Zhao Junfeng, Yang Guanli, Li Ying, Li Shanshan, Luo Haining, Han Dan, Li Baosheng, Cao Qiang
Department of Radiation Oncology, Shandong Cancer Hospital and Institute, Shandong First Medical University, Shandong Academy of Medical Sciences, No.440 Jiyan Road, Huaiyin District, Jinan, Shandong, People's Republic of China.
Department of Radiation Oncology, Shandong Second Provincial General Hospital, Jinan, Shandong, People's Republic of China.
BMC Cancer. 2025 Mar 15;25(1):484. doi: 10.1186/s12885-025-13884-9.
Anastomotic leak (AL) is a common complication in patients with operable esophageal squamous cell carcinoma (ESCC) treated with neoadjuvant chemoradiotherapy (NCRT) and radical esophagectomy. Therefore, this study aimed to establish and validate a nomogram to predict the occurrence of AL.
Between March 2016 and December 2022, ESCC patients undergoing NCRT and radical esophagectomy were retrospectively collected in China. Clinicopathologic and radiomics characteristics were included in the univariate logistic regression analysis, and statistically significant factors were enrolled to develop the nomogram, which was evaluated by the area under the curve (AUC) of the receiver operating characteristic curve, calibration curve, and decision curve analysis (DCA).
231 eligible patients were divided into training (n = 159) and validation cohorts (n = 72). Univariate and multivariate analyses revealed that dose at the anastomosis ≥ 24 Gy, gross tumor volume ≥ 60 cm3, postoperative albumin < 35 g/L, comorbidities, duration of surgery ≥ 270 min, and computed tomography-based radiomics characteristics were independent predictors of AL. The nomogram AUC in the training and validation cohorts was 0.845 (95% confidence interval [CI]: 0.770-0.920) and 0.839 (95% CI: 0.718-0.960), respectively, indicating good discriminatory ability. The calibration curves showed good agreement between the predicted and actual AL occurrence and the DCA demonstrated favorable clinical outcomes.

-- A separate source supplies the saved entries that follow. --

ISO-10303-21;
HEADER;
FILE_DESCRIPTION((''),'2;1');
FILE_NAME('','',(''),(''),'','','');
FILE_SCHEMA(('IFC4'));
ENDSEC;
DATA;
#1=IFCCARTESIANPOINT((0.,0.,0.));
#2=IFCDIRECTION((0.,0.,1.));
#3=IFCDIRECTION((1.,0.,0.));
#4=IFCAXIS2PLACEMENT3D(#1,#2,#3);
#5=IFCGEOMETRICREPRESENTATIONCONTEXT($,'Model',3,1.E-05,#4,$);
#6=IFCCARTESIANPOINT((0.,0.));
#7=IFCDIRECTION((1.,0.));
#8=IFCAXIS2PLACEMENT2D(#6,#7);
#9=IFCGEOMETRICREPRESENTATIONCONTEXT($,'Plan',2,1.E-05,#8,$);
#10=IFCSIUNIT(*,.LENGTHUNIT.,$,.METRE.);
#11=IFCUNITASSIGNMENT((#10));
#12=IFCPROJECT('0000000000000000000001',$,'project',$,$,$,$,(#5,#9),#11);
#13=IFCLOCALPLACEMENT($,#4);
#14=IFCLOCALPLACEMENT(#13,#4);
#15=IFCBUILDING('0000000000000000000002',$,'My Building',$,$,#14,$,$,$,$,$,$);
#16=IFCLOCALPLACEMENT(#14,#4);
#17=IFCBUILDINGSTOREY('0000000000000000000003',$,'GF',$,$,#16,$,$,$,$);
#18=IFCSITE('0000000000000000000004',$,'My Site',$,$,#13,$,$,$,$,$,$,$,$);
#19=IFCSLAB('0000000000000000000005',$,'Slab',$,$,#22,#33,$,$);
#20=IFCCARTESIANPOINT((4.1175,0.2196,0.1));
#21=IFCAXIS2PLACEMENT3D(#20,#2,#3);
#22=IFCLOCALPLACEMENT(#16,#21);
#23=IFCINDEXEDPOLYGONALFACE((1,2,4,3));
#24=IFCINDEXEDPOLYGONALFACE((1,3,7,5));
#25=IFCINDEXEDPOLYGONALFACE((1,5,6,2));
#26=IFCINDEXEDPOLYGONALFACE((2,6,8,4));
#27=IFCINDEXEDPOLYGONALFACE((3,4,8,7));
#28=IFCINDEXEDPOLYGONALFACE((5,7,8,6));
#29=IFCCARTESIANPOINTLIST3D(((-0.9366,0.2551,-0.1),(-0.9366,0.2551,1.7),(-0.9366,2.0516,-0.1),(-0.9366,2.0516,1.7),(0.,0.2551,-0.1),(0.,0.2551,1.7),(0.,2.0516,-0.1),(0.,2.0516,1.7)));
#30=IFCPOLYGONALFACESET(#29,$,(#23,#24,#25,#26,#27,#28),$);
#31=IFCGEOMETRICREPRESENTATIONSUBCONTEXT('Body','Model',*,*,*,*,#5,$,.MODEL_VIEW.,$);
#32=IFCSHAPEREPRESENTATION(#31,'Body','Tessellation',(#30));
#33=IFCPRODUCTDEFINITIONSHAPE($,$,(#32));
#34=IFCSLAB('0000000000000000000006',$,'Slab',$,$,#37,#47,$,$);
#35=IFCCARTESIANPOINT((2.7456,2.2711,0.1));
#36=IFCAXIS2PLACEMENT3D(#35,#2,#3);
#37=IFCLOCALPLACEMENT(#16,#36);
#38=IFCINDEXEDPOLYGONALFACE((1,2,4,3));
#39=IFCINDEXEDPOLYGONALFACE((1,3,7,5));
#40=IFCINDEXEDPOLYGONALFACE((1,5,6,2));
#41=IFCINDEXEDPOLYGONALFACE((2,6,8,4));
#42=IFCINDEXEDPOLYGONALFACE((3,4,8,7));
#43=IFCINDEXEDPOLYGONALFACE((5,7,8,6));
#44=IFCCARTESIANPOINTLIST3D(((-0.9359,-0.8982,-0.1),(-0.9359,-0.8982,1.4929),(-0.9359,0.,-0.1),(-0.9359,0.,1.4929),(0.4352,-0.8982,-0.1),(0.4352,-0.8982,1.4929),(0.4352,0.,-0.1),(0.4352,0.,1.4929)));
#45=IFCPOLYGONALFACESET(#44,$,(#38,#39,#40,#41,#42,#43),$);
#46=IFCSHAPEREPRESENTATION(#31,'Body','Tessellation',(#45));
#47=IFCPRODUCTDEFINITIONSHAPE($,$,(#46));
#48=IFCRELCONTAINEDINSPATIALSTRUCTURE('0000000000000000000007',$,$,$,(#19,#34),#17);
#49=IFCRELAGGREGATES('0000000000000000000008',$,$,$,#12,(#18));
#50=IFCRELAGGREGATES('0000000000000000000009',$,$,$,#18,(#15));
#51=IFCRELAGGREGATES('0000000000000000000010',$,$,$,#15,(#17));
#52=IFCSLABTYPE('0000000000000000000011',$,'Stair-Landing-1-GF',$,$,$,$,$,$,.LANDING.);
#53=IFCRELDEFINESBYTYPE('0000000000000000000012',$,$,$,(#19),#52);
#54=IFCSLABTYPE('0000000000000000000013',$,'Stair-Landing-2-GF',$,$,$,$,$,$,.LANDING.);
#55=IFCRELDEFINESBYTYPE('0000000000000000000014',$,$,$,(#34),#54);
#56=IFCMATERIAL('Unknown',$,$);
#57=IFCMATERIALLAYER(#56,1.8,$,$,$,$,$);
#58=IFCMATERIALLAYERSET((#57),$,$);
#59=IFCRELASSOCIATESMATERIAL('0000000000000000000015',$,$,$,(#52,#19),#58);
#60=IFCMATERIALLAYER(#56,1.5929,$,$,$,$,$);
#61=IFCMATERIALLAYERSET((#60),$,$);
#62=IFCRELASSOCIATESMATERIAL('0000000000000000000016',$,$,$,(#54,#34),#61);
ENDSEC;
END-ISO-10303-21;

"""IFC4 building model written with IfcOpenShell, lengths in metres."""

from ifc_helpers import new_model, si_unit, frame, origin_with_axes, origin_2d_with_axis, place, context, subcontext, project, spatial, indexed_curve, outline, extrude, material, layer, layer_set, layer_usage, type_object, element, save


model = new_model("IFC4")

# Units and contexts
model_context = context("Model", 3, precision=1e-05, world=origin_with_axes())
plan_context = context("Plan", 2, precision=1e-05, world=origin_2d_with_axis())
body_context_1 = subcontext(model_context, "Body", "Model", "MODEL_VIEW")
ifc_project = project(units=[si_unit("LENGTHUNIT", "METRE")], contexts=[model_context, plan_context])

# Site, building, storey
site_placement = place(None, origin_with_axes())
site = spatial("IfcSite", under=ifc_project, at=site_placement, Name="My Site")
building_placement = place(site_placement, origin_with_axes())
building = spatial("IfcBuilding", under=site, at=building_placement, Name="My Building")
storey_placement = place(building_placement, origin_with_axes())
storey = spatial("IfcBuildingStorey", under=building, at=storey_placement, Name="GF")

# Slabs
ifc_material = material(Name="Unknown")
ifc_layer_1 = layer(ifc_material, 1.8)
ifc_layer_set_1 = layer_set([ifc_layer_1])
ifc_layer_usage_1 = layer_usage(ifc_layer_set_1, "AXIS3", "POSITIVE", -0.1)
slab_type_1 = type_object("IfcSlabType", Name="Stair-Landing-1-GF", PredefinedType="LANDING", material=ifc_layer_set_1)
slab_1_placement = place(storey_placement, frame((4.1175, 0.2196, 0.1), z_axis=(0.0, 0.0, 1.0), x_axis=(1.0, 0.0, 0.0)))
element("IfcSlab", 1, at=slab_1_placement, inside=storey, type_object=slab_type_1, material=ifc_layer_usage_1, Name="Slab", context=body_context_1, shape_type="SweptSolid", body=[
    extrude(outline(indexed_curve([(0.0, 0.2551), (0.0, 2.0516), (-0.9366, 2.0516), (-0.9366, 0.2551), (0.0, 0.2551)])), frame((0.0, 0.0, -0.1), z_axis=(0.0, 0.0, 1.0), x_axis=(1.0, 0.0, 0.0)), (0.0, 0.0, 1.0), 1.8),
])
ifc_layer_2 = layer(ifc_material, 1.5929)
ifc_layer_set_2 = layer_set([ifc_layer_2])
ifc_layer_usage_2 = layer_usage(ifc_layer_set_2, "AXIS3", "POSITIVE", -0.1)
slab_type_2 = type_object("IfcSlabType", Name="Stair-Landing-2-GF", PredefinedType="LANDING", material=ifc_layer_set_2)
slab_2_placement = place(storey_placement, frame((2.7456, 2.2711, 0.1), z_axis=(0.0, 0.0, 1.0), x_axis=(1.0, 0.0, 0.0)))
element("IfcSlab", 2, at=slab_2_placement, inside=storey, type_object=slab_type_2, material=ifc_layer_usage_2, Name="Slab", context=body_context_1, shape_type="SweptSolid", body=[
    extrude(outline(indexed_curve([(0.4352, 0.0), (0.4352, -0.8982), (-0.9359, -0.8982), (-0.9359, 0.0), (0.4352, 0.0)])), frame((0.0, 0.0, -0.1), z_axis=(0.0, 0.0, 1.0), x_axis=(1.0, 0.0, 0.0)), (0.0, 0.0, 1.0), 1.5929),
])

save(model, "model.ifc")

We developed and validated a nomogram based on radiomics and clinicopathologic characteristics. This predictive model could be a powerful tool to predict AL occurrence in patients with ESCC treated with NCRT.
吻合口漏(AL)是接受新辅助放化疗(NCRT)和根治性食管切除术的可手术切除食管鳞状细胞癌(ESCC)患者的常见并发症。因此,本研究旨在建立并验证一种预测吻合口漏发生的列线图。
回顾性收集2016年3月至2022年12月在中国接受NCRT和根治性食管切除术的ESCC患者。单因素逻辑回归分析纳入临床病理和影像组学特征,将具有统计学意义的因素纳入列线图的构建,通过受试者操作特征曲线的曲线下面积(AUC)、校准曲线和决策曲线分析(DCA)对其进行评估。
231例符合条件的患者被分为训练组(n = 159)和验证组(n = 72)。单因素和多因素分析显示,吻合口处剂量≥24 Gy、肿瘤总体积≥60 cm³、术后白蛋白<35 g/L、合并症、手术时间≥270分钟以及基于计算机断层扫描的影像组学特征是吻合口漏的独立预测因素。训练组和验证组列线图的AUC分别为0.845(95%置信区间[CI]:0.770 - 0.920)和0.839(95%CI:0.718 - 0.960),表明具有良好的区分能力。校准曲线显示预测的和实际的吻合口漏发生率之间具有良好的一致性,DCA显示出良好的临床结果。
我们基于影像组学和临床病理特征开发并验证了一种列线图。这种预测模型可能是预测接受NCRT治疗的ESCC患者吻合口漏发生的有力工具。